The hamsters that received the filtered red cell concentrate DID NOT develop clinical signs of prion disease during the 300 day test period. In order to be certain that none of the animals had any infectious prions in their brains, we examined the brains of the animals for the presence of infectious prions. Just as we were unable to observe any outward signs or clinical symptoms of disease, we did not find any infectious prions in the brains of the hamsters that received the filtered red cell concentrates. In contrast, three (3) of the 18 control hamsters that received the unfiltered red cell concentrate--not only displayed clinical symptoms of disease--they developed prion disease as determined by using the Western blot assay of their brain materials.
Initial bio-assay (prototype filters) in hamsters confirmed removal of about 4 logs of infectious prion. Additional bioassays using CE Mark filters are planned to confirm log removal. After 300 days, 0/20 hamsters injected with filtered red cell concentrate developed scrapie. In contrast, 3/18 control hamsters that received unfiltered red cells developed scrapie.
Summary: Our preliminary results using scrapie animal models show that prototypes (non CE Marked versions) of the Pall prion removal filter are effective in removing infectious prions from blood and plasma.

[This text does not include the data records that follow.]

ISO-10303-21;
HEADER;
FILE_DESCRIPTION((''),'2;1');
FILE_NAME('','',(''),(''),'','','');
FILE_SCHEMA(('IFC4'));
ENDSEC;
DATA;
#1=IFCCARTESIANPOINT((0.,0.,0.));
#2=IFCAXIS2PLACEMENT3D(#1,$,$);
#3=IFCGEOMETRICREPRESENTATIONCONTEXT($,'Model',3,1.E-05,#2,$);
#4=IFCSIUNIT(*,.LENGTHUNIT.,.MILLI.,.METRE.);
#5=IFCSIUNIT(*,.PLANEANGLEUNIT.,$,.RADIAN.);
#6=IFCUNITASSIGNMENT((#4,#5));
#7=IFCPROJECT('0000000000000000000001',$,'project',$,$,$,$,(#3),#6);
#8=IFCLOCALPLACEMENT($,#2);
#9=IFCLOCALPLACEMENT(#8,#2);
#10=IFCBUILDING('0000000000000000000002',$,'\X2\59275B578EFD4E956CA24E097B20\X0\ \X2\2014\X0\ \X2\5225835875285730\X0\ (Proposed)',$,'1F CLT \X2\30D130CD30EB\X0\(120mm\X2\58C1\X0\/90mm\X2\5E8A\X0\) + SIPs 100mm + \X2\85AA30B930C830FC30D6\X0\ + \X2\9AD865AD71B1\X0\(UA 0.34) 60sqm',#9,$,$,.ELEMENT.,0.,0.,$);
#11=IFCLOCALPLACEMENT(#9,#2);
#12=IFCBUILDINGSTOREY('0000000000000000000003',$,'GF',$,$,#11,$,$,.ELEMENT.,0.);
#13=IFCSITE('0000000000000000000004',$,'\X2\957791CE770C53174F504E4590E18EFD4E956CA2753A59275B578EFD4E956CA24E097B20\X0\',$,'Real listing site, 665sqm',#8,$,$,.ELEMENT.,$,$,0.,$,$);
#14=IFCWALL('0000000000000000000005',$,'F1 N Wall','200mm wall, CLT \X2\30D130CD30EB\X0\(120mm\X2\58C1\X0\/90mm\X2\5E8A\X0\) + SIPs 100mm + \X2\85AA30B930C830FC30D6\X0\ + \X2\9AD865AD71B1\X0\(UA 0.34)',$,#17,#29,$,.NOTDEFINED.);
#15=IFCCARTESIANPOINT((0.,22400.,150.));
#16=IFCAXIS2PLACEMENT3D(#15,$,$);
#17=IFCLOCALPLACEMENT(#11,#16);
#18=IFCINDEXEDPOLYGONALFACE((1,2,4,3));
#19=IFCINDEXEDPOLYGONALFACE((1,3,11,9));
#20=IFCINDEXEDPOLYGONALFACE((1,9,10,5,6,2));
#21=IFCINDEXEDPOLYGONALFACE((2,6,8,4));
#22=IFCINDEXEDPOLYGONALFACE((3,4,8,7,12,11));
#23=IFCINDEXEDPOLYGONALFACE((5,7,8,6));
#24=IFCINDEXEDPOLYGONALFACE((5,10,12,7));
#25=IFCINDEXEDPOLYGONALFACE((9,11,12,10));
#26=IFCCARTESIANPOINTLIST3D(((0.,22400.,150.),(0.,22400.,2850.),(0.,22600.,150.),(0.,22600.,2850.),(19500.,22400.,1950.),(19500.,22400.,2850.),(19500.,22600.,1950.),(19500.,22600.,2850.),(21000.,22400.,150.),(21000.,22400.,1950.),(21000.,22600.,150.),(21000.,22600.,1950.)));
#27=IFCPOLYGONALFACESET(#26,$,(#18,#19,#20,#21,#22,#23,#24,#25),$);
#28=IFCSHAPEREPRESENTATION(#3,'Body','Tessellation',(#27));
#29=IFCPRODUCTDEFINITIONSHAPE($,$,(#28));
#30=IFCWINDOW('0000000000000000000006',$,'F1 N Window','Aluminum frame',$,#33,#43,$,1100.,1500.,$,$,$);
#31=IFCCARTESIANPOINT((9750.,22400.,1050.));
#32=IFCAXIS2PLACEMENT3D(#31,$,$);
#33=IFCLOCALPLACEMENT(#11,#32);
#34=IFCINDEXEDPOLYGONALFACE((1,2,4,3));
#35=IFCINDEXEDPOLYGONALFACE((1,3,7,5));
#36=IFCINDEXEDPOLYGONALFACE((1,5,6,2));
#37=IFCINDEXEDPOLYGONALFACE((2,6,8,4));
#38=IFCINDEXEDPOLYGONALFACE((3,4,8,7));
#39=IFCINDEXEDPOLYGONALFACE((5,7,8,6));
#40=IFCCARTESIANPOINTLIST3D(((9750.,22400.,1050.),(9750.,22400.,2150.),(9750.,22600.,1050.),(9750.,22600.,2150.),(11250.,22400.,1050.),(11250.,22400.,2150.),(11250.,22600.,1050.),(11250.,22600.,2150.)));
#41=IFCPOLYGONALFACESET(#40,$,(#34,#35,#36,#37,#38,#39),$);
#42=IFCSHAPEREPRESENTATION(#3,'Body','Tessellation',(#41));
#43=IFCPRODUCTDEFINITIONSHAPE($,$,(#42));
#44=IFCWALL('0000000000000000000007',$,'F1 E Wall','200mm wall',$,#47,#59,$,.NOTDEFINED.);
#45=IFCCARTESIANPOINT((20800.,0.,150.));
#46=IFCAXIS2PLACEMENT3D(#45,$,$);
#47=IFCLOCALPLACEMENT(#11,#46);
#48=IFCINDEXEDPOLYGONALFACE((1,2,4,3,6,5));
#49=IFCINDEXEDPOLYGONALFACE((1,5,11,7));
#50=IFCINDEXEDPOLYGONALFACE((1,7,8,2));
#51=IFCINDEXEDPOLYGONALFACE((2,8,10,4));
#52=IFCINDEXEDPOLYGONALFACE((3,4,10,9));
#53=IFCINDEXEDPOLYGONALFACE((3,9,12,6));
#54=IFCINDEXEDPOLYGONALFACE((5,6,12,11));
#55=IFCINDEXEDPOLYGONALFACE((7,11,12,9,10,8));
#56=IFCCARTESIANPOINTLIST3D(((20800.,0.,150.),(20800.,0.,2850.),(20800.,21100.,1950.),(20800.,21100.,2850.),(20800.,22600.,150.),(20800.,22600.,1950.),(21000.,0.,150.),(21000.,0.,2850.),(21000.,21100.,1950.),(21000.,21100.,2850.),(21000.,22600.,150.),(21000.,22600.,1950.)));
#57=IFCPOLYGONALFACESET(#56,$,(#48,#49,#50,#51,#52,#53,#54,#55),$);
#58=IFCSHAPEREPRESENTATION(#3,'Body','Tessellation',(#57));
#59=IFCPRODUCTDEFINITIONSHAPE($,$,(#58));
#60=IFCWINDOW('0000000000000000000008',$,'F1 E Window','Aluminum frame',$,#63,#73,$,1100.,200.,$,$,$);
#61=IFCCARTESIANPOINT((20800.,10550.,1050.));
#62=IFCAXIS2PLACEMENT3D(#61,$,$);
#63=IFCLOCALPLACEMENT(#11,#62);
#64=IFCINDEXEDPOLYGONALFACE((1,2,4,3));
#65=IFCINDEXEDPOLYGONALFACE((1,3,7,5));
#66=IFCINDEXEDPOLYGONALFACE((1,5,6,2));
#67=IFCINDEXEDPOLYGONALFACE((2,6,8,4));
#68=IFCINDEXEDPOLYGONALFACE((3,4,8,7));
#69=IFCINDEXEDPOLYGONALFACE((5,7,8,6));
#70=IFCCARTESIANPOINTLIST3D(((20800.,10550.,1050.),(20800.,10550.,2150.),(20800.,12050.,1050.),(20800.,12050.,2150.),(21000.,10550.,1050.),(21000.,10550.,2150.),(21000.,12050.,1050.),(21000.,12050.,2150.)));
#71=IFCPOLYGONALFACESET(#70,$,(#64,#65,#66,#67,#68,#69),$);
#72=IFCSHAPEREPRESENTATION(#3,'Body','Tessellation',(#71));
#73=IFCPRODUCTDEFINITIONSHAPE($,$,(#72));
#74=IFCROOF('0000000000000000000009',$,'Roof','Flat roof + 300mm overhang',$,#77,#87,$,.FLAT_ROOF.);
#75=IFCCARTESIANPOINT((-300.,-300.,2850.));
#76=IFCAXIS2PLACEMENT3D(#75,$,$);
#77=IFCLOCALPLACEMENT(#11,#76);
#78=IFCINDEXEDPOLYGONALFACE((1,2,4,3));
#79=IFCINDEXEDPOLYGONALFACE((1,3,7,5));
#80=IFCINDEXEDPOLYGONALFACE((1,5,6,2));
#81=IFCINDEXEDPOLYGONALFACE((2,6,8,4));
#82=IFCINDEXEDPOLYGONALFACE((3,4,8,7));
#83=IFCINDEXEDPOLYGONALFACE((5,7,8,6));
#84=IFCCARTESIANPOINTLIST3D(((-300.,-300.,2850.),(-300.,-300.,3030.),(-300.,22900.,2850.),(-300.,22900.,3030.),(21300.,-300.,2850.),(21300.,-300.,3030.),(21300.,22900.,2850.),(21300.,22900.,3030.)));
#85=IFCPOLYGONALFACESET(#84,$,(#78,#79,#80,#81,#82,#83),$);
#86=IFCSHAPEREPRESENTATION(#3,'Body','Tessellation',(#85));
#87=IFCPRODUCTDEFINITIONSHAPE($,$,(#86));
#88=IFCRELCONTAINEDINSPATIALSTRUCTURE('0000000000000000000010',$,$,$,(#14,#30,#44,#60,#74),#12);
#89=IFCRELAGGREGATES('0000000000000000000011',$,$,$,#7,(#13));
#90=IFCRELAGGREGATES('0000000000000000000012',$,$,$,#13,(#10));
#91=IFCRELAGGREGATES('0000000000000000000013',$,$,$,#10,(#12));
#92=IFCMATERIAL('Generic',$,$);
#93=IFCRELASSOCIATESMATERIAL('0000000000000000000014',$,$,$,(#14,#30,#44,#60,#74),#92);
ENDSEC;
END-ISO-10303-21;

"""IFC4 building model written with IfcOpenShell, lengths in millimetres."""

from ifc_helpers import new_model, si_unit, frame, frame_2d, origin, place, context, project, spatial, rectangle, extrude, material, element, fill, save


model = new_model("IFC4")

# Units and contexts
model_context = context("Model", 3, precision=1e-05, world=origin())
ifc_project = project(units=[si_unit("LENGTHUNIT", "METRE", prefix="MILLI"), si_unit("PLANEANGLEUNIT", "RADIAN")], contexts=[model_context])

# Site, building, storey
site_placement = place(None, origin())
site = spatial("IfcSite", under=ifc_project, at=site_placement, Name="長野県北佐久郡軽井沢町大字軽井沢三笠", ObjectType="Real listing site, 665sqm", CompositionType="ELEMENT", RefElevation=0.0)
building_placement = place(site_placement, origin())
building = spatial("IfcBuilding", under=site, at=building_placement, Name="大字軽井沢三笠 — 別荘用地 (Proposed)", ObjectType="1F CLT パネル(120mm壁/90mm床) + SIPs 100mm + 薪ストーブ + 高断熱(UA 0.34) 60sqm", CompositionType="ELEMENT", ElevationOfRefHeight=0.0, ElevationOfTerrain=0.0)
storey_placement = place(building_placement, origin())
storey = spatial("IfcBuildingStorey", under=building, at=storey_placement, Name="GF", CompositionType="ELEMENT", Elevation=0.0)

# Wall, opening, window
ifc_material_1 = material(Name="Generic")
wall_1_placement = place(storey_placement, frame((0.0, 22400.0, 150.0)))
wall_1 = element("IfcWall", 1, at=wall_1_placement, inside=storey, material=ifc_material_1, Name="F1 N Wall", Description="200mm wall, CLT パネル(120mm壁/90mm床) + SIPs 100mm + 薪ストーブ + 高断熱(UA 0.34)", PredefinedType="NOTDEFINED", context=model_context, shape_type="SweptSolid", body=[
    extrude(rectangle(XDim=21000.0, YDim=200.0, at=frame_2d((10500.0, 100.0))), frame((0.0, 22400.0, 150.0)), (0.0, 0.0, 1.0), 2700.0),
])
opening_1_placement = place(storey_placement, frame((9750.0, 22400.0, 1050.0)))
opening_1 = element("IfcOpeningElement", 2, at=opening_1_placement, cuts=wall_1, PredefinedType="NOTDEFINED", context=model_context, shape_type="SweptSolid", body=[
    extrude(rectangle(XDim=1500.0, YDim=200.0, at=frame_2d((750.0, 100.0))), frame((9750.0, 22400.0, 1050.0)), (0.0, 0.0, 1.0), 1100.0),
])
window_1_placement = place(storey_placement, frame((9750.0, 22400.0, 1050.0)))
window_1 = element("IfcWindow", 3, at=window_1_placement, inside=storey, material=ifc_material_1, Name="F1 N Window", Description="Aluminum frame", OverallHeight=1100.0, OverallWidth=1500.0, context=model_context, shape_type="SweptSolid", body=[
    extrude(rectangle(XDim=1500.0, YDim=200.0, at=frame_2d((750.0, 100.0))), frame((9750.0, 22400.0, 1050.0)), (0.0, 0.0, 1.0), 1100.0),
])
fill(opening_1, window_1)

# Wall, opening, window
wall_2_placement = place(storey_placement, frame((20800.0, 0.0, 150.0)))
wall_2 = element("IfcWall", 4, at=wall_2_placement, inside=storey, material=ifc_material_1, Name="F1 E Wall", Description="200mm wall", PredefinedType="NOTDEFINED", context=model_context, shape_type="SweptSolid", body=[
    extrude(rectangle(XDim=200.0, YDim=22600.0, at=frame_2d((100.0, 11300.0))), frame((20800.0, 0.0, 150.0)), (0.0, 0.0, 1.0), 2700.0),
])
opening_2_placement = place(storey_placement, frame((20800.0, 10550.0, 1050.0)))
opening_2 = element("IfcOpeningElement", 5, at=opening_2_placement, cuts=wall_2, PredefinedType="NOTDEFINED", context=model_context, shape_type="SweptSolid", body=[
    extrude(rectangle(XDim=200.0, YDim=1500.0, at=frame_2d((100.0, 750.0))), frame((20800.0, 10550.0, 1050.0)), (0.0, 0.0, 1.0), 1100.0),
])
window_2_placement = place(storey_placement, frame((20800.0, 10550.0, 1050.0)))
window_2 = element("IfcWindow", 6, at=window_2_placement, inside=storey, material=ifc_material_1, Name="F1 E Window", Description="Aluminum frame", OverallHeight=1100.0, OverallWidth=200.0, context=model_context, shape_type="SweptSolid", body=[
    extrude(rectangle(XDim=200.0, YDim=1500.0, at=frame_2d((100.0, 750.0))), frame((20800.0, 10550.0, 1050.0)), (0.0, 0.0, 1.0), 1100.0),
])
fill(opening_2, window_2)

# Roof
roof_placement = place(storey_placement, frame((-300.0, -300.0, 2850.0)))
element("IfcRoof", 7, at=roof_placement, inside=storey, material=ifc_material_1, Name="Roof", Description="Flat roof + 300mm overhang", PredefinedType="FLAT_ROOF", context=model_context, shape_type="SweptSolid", body=[
    extrude(rectangle(XDim=21600.0, YDim=23200.0, at=frame_2d((10800.0, 11600.0))), frame((-300.0, -300.0, 2850.0)), (0.0, 0.0, 1.0), 180.0),
])

save(model, "model.ifc")
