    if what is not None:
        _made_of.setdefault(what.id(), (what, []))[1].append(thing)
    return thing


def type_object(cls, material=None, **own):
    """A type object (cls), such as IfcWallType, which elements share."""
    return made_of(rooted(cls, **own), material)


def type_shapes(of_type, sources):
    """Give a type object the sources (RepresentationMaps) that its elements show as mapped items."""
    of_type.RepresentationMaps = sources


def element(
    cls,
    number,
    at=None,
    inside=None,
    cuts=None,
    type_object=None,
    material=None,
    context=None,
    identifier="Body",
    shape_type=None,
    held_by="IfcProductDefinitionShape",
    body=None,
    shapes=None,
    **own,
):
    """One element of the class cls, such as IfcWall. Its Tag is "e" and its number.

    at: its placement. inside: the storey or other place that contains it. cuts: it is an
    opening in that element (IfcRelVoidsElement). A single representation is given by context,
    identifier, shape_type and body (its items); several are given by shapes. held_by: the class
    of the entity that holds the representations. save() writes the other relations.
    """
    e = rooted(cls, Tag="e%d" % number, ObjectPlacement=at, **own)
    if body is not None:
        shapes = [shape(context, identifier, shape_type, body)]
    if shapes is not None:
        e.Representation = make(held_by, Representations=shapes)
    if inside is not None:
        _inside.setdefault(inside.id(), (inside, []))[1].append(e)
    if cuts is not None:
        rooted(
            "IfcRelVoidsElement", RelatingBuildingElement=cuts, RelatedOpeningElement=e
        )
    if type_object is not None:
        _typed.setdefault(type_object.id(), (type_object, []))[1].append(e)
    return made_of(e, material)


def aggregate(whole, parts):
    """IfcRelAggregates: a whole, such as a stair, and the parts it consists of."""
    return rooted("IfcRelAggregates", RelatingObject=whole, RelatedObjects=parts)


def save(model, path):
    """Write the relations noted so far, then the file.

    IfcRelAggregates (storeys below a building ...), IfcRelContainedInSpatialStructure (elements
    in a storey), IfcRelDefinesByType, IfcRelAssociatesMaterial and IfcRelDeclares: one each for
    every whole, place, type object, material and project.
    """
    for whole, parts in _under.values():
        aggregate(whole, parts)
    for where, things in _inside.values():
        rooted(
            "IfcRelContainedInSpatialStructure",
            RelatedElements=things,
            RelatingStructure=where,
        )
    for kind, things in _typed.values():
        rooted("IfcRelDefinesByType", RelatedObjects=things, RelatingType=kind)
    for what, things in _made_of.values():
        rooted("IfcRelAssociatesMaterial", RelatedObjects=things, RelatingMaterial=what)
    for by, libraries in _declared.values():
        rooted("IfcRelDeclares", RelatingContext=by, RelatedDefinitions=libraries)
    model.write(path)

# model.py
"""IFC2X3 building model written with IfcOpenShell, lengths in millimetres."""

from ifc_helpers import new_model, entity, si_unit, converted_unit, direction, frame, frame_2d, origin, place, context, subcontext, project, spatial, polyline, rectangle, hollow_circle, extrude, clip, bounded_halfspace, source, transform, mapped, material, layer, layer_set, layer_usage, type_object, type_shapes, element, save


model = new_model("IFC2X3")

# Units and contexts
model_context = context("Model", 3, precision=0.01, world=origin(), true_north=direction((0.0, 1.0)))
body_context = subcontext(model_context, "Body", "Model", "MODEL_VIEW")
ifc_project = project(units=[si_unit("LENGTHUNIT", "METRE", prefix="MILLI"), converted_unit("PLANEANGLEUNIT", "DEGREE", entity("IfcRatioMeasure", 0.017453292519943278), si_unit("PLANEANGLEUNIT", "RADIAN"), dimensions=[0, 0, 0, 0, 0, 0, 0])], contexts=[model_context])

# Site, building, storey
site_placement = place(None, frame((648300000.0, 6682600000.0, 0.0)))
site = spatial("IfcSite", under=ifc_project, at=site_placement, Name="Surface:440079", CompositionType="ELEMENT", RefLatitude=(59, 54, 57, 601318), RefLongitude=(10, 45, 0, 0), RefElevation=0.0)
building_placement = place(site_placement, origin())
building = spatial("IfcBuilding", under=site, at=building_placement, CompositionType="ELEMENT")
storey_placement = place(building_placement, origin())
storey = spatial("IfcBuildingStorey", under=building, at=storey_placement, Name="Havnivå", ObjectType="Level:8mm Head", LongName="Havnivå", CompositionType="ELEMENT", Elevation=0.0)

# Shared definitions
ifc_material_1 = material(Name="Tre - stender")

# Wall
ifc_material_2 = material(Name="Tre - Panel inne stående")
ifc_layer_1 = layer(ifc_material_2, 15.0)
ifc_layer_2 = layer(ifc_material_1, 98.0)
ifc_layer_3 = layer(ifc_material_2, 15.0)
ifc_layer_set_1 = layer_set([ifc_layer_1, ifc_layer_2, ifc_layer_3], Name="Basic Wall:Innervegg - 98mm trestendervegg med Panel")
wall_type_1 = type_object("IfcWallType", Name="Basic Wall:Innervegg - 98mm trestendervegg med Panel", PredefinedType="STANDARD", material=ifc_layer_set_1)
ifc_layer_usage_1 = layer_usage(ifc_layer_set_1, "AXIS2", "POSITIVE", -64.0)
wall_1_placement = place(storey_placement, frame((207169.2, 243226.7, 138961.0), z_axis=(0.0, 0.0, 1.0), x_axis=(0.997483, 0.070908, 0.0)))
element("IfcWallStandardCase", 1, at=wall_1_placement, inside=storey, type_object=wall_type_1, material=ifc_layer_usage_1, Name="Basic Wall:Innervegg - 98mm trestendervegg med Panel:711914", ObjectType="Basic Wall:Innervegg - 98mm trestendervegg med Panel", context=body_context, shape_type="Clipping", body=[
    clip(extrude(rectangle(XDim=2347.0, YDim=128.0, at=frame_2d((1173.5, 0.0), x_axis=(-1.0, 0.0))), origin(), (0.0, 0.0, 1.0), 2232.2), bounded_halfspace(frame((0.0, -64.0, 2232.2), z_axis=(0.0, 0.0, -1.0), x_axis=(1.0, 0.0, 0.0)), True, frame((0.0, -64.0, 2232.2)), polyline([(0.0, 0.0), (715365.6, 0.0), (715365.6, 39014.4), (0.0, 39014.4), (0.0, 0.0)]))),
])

Market Introduction: Pall Medical is completing the safety and efficacy testing required to declare CE Mark compliance on the Leukotrap® Affinity Prion Reduction Filter (for sale in Europe in the Spring 2005). The new filter is also expected to enter the regulatory process in the US and Canada later in the calendar year. This product represents the first of a new generation of proprietary "Smart" filters that will concurrently reduce leukocytes and infectious prions to minimize the risk of transmission of variant CJD through blood transfusion.